2012 will still find me sewing. For now, a friend has loaned me her sewing machine, a Janome L-392. As you can well tell, I have a very good friend. It’s a back-up for her so she said I could keep it for a bit. I don’t want to keep it too long and be a mooch so buying a new machine is looming ever closer. Sewing in 2012 might mean picking up some more hand sewing skills. I mean, people used to make whole dresses without a sewing machine. I can do it, too, right?

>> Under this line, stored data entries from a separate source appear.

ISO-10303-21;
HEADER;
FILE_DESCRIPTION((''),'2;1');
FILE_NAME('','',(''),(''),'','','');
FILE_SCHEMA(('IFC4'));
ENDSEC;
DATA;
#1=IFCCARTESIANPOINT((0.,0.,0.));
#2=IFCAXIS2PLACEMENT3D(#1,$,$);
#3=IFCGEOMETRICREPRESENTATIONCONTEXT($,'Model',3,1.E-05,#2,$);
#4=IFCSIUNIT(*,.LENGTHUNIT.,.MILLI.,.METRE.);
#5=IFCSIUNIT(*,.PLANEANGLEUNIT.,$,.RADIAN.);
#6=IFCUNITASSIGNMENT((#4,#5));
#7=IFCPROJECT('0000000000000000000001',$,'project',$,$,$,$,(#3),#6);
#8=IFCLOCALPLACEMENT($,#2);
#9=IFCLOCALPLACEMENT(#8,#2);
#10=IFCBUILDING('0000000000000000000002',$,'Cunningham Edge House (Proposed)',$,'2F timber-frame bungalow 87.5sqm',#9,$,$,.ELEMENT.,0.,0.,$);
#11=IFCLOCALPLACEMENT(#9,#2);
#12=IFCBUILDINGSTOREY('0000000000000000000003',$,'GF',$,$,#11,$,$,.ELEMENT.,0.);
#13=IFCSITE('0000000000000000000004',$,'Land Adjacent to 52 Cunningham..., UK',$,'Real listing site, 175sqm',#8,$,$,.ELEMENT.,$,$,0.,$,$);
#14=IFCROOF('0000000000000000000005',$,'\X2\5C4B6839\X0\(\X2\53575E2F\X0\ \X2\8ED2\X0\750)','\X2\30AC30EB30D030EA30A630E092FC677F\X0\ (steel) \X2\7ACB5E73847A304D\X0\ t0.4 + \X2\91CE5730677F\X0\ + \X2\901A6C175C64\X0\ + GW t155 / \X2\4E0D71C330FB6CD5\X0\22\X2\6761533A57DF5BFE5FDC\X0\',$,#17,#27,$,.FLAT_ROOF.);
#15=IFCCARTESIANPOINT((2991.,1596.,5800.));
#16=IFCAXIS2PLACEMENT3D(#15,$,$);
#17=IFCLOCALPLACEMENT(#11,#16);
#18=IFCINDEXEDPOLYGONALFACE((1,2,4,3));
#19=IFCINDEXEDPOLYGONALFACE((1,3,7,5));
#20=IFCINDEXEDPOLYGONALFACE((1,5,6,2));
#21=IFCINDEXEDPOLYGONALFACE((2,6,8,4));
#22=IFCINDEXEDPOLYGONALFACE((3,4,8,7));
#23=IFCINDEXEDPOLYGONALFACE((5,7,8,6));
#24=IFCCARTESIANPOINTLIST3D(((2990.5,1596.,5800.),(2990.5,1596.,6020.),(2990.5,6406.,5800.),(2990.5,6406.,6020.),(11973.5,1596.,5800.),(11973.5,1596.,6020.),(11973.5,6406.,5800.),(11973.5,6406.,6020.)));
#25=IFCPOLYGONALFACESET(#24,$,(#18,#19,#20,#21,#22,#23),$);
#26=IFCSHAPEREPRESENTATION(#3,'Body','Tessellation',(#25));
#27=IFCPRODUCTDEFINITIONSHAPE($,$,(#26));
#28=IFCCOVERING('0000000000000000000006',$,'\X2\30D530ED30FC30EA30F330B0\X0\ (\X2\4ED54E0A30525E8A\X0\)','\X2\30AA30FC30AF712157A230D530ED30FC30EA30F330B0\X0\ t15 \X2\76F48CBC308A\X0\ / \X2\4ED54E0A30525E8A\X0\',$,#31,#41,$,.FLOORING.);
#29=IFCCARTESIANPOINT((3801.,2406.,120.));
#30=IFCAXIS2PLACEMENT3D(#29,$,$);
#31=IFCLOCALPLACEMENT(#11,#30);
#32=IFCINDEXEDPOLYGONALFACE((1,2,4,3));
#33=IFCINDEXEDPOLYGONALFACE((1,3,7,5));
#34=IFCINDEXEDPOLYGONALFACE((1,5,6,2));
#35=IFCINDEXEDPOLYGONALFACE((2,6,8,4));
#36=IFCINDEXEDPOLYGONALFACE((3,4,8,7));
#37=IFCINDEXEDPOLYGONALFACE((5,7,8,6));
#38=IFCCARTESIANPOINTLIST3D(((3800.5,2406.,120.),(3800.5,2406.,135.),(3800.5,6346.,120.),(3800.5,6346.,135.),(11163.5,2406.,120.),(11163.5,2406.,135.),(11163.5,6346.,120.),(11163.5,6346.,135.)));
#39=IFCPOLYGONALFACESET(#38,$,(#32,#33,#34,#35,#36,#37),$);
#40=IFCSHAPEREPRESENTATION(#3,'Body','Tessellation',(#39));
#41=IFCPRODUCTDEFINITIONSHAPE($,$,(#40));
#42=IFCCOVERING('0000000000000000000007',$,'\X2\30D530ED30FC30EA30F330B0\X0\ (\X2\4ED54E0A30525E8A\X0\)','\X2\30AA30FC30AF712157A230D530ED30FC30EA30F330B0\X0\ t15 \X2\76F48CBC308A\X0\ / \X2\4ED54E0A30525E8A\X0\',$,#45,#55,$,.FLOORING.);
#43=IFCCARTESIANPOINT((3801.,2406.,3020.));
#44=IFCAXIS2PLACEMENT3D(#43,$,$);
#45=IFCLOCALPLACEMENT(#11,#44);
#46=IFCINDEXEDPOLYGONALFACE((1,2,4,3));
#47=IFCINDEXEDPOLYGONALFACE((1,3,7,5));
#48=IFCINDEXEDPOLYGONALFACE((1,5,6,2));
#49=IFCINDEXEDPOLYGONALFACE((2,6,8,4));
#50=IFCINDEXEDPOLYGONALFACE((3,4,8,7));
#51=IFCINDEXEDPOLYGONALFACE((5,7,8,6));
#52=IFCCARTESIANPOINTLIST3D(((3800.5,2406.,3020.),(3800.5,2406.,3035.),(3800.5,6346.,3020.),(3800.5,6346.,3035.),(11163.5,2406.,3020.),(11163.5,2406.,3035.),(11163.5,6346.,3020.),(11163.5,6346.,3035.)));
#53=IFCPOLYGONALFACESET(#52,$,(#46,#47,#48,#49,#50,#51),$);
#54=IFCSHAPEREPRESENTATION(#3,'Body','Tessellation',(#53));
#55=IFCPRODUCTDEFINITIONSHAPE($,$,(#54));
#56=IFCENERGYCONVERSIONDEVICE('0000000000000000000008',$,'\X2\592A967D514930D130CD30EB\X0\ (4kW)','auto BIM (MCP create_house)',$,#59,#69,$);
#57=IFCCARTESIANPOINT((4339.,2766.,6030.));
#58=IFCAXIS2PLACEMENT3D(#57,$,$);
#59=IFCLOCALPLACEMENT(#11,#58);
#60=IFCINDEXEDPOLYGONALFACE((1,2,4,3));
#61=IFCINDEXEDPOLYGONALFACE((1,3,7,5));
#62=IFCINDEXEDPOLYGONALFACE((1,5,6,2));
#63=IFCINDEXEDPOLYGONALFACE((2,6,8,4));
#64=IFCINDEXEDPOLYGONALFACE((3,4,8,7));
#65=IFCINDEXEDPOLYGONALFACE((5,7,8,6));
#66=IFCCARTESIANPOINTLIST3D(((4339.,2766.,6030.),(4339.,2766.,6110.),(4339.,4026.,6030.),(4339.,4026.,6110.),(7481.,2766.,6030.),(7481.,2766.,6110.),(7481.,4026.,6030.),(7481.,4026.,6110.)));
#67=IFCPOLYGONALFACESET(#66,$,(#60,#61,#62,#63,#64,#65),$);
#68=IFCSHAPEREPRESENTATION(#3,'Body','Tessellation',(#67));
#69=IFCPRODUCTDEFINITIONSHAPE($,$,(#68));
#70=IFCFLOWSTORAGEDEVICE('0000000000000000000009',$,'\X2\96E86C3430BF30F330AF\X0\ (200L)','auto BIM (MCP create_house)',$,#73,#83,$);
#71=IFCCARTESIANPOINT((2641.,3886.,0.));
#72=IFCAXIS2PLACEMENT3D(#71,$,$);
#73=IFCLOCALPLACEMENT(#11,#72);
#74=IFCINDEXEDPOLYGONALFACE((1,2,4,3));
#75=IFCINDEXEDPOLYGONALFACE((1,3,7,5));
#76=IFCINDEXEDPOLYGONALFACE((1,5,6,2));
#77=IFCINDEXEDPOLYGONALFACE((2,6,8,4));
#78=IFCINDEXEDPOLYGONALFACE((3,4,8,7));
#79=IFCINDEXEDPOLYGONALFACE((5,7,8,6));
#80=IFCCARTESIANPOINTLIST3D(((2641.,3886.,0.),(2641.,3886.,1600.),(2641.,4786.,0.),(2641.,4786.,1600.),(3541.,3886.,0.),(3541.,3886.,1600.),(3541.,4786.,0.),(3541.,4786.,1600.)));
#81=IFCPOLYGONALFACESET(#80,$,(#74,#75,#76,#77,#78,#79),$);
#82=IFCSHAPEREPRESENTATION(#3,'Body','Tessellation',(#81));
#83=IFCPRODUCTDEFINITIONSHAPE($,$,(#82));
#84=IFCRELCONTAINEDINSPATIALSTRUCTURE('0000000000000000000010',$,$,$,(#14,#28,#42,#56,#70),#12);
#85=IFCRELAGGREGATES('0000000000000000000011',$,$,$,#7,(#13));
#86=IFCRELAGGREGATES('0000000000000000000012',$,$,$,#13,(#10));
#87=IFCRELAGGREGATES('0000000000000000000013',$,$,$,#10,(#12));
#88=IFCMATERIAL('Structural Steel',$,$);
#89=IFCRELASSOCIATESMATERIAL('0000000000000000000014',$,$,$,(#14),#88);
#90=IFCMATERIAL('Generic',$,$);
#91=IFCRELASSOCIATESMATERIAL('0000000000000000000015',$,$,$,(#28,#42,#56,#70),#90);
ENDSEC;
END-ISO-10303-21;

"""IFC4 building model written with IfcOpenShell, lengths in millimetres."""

from ifc_helpers import new_model, si_unit, frame, frame_2d, origin, place, context, project, spatial, rectangle, extrude, material, element, save


model = new_model("IFC4")

# Units and contexts
model_context = context("Model", 3, precision=1e-05, world=origin())
ifc_project = project(units=[si_unit("LENGTHUNIT", "METRE", prefix="MILLI"), si_unit("PLANEANGLEUNIT", "RADIAN")], contexts=[model_context])

# Site, building, storey
site_placement = place(None, origin())
site = spatial("IfcSite", under=ifc_project, at=site_placement, Name="Land Adjacent to 52 Cunningham..., UK", ObjectType="Real listing site, 175sqm", CompositionType="ELEMENT", RefElevation=0.0)
building_placement = place(site_placement, origin())
building = spatial("IfcBuilding", under=site, at=building_placement, Name="Cunningham Edge House (Proposed)", ObjectType="2F timber-frame bungalow 87.5sqm", CompositionType="ELEMENT", ElevationOfRefHeight=0.0, ElevationOfTerrain=0.0)
storey_placement = place(building_placement, origin())
storey = spatial("IfcBuildingStorey", under=building, at=storey_placement, Name="GF", CompositionType="ELEMENT", Elevation=0.0)

# Roof
ifc_material_1 = material(Name="Structural Steel")
for number, where, name in (
    (1, (2991.0, 1596.0, 5800.0), "屋根(南帯 軒750)"),
):
    element("IfcRoof", number, at=place(storey_placement, frame(where)), inside=storey, material=ifc_material_1, Name=name, Description="ガルバリウム鋼板 (steel) 立平葺き t0.4 + 野地板 + 通気層 + GW t155 / 不燃・法22条区域対応", PredefinedType="FLAT_ROOF", context=model_context, shape_type="SweptSolid", body=[
        extrude(rectangle(XDim=8983.0, YDim=4810.0, at=frame_2d((4491.0, 2405.0))), frame((2991.0, 1596.0, 5800.0)), (0.0, 0.0, 1.0), 220.0),
    ])

# Coverings
ifc_material_2 = material(Name="Generic")
covering_1_placement = place(storey_placement, frame((3801.0, 2406.0, 120.0)))
element("IfcCovering", 2, at=covering_1_placement, inside=storey, material=ifc_material_2, Name="フローリング (仕上げ床)", Description="オーク無垢フローリング t15 直貼り / 仕上げ床", PredefinedType="FLOORING", context=model_context, shape_type="SweptSolid", body=[
    extrude(rectangle(XDim=7363.0, YDim=3940.0, at=frame_2d((3681.0, 1970.0))), frame((3801.0, 2406.0, 120.0)), (0.0, 0.0, 1.0), 15.0),
])
covering_2_placement = place(storey_placement, frame((3801.0, 2406.0, 3020.0)))
element("IfcCovering", 3, at=covering_2_placement, inside=storey, material=ifc_material_2, Name="フローリング (仕上げ床)", Description="オーク無垢フローリング t15 直貼り / 仕上げ床", PredefinedType="FLOORING", context=model_context, shape_type="SweptSolid", body=[
    extrude(rectangle(XDim=7363.0, YDim=3940.0, at=frame_2d((3681.0, 1970.0))), frame((3801.0, 2406.0, 3020.0)), (0.0, 0.0, 1.0), 15.0),
])

# Energy conversion device
energy_conversion_device_placement = place(storey_placement, frame((4339.0, 2766.0, 6030.0)))
element("IfcEnergyConversionDevice", 4, at=energy_conversion_device_placement, inside=storey, material=ifc_material_2, Name="太陽光パネル (4kW)", Description="auto BIM (MCP create_house)", context=model_context, shape_type="SweptSolid", body=[
    extrude(rectangle(XDim=3142.0, YDim=1260.0, at=frame_2d((1571.0, 630.0))), frame((4339.0, 2766.0, 6030.0)), (0.0, 0.0, 1.0), 80.0),
])

# Flow storage device
flow_storage_device_placement = place(storey_placement, frame((2641.0, 3886.0, 0.0)))
element("IfcFlowStorageDevice", 5, at=flow_storage_device_placement, inside=storey, material=ifc_material_2, Name="雨水タンク (200L)", Description="auto BIM (MCP create_house)", context=model_context, shape_type="SweptSolid", body=[
    extrude(rectangle(XDim=900.0, YDim=900.0, at=frame_2d((450.0, 450.0))), frame((2641.0, 3886.0, 0.0)), (0.0, 0.0, 1.0), 1600.0),
])

save(model, "model.ifc")
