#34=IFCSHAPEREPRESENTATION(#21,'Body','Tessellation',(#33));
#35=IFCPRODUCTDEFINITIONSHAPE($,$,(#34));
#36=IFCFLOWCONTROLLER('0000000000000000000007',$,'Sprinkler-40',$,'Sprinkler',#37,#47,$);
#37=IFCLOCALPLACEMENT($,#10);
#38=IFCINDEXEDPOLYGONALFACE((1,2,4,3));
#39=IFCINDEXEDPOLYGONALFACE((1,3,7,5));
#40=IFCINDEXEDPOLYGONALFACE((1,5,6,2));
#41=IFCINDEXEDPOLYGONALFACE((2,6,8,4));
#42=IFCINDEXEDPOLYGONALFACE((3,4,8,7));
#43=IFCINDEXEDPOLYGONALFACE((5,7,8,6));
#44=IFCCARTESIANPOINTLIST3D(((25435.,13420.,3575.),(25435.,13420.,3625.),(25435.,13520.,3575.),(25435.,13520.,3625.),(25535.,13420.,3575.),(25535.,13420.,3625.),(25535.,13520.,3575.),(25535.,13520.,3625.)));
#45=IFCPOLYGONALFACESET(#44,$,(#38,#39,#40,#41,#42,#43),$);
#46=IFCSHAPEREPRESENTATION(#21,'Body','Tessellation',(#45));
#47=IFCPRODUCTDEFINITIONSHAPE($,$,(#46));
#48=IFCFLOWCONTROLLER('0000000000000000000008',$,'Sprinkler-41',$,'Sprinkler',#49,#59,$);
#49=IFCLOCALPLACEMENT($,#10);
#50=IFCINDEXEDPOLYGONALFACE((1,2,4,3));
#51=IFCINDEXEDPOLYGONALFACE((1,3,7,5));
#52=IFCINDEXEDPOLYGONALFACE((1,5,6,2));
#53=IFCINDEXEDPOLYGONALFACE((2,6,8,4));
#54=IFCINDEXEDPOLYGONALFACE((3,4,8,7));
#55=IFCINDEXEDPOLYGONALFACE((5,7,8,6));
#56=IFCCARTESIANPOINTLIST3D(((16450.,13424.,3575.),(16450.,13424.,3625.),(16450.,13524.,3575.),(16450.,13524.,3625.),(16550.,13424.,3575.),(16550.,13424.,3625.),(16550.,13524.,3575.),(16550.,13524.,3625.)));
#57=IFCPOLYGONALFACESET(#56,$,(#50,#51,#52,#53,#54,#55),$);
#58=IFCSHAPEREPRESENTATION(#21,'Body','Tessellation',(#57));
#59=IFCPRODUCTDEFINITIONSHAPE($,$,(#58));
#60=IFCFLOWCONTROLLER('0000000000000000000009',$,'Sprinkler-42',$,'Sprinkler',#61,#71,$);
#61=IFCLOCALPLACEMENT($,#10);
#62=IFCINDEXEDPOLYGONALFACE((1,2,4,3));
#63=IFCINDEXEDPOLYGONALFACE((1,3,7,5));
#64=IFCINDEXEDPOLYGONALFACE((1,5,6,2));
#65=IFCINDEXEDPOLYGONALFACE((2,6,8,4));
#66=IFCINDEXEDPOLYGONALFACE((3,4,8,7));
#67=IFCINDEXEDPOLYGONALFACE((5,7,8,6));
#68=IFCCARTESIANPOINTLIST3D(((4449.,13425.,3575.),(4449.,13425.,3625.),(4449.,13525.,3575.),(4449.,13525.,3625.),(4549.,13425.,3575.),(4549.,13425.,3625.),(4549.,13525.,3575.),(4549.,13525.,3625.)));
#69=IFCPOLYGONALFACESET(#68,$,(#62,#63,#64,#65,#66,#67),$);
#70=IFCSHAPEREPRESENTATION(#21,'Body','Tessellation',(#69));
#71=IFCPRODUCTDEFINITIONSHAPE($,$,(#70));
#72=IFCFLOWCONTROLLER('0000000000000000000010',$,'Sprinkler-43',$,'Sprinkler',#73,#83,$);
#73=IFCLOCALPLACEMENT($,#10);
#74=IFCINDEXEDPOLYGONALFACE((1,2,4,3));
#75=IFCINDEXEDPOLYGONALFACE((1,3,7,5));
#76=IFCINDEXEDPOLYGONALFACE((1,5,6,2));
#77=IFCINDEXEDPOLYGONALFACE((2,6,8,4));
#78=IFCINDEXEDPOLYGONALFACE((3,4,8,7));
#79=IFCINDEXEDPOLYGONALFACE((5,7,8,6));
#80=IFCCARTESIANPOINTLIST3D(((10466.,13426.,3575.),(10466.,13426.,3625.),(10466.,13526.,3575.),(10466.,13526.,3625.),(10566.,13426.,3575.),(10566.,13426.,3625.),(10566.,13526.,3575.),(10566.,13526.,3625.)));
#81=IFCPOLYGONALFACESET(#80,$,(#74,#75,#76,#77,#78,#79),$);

You know I like a challenge.

I still did make a list of things I want to do in 2012. Some of them are actually happening, some are most likely to happen, and then there’s the exercise one that will possibly happen but not as regular as I’m aiming for:

Thing I want to do in 2012

  1. Go to California to visit my family.
  2. Finish knitting my Therapi Sweater
  3. Knit a Fair Isle vest for myself in sock yarn. Something like this one.
  4. Post monthly about my participation in the 1912 Project.
  5. Buy a new sewing machine. (I like lists I can cross thing off of.)
  6. Go to Dragon Con.
  7. Workout 2 times a week.
  8. Finish reading 2 books (not a big fiction reader).
  9. Make fewer goals.
  10. Try to be more superficial.

These last two are serious things I want to do. I find myself making big goals and I think I need to live in the moment, or the weekment or something. The last thing I want to do is try to not be so intense all the time. By nature, I take myself very seriously, so telling me to “lighten up” will never end well. Again, Latina here and sometimes the stereotype is true. Not always, of course. But I do know that I don’t always have to react the way I do. Or, you know, I could just hang with more passionate people who make me look oh-so-normal.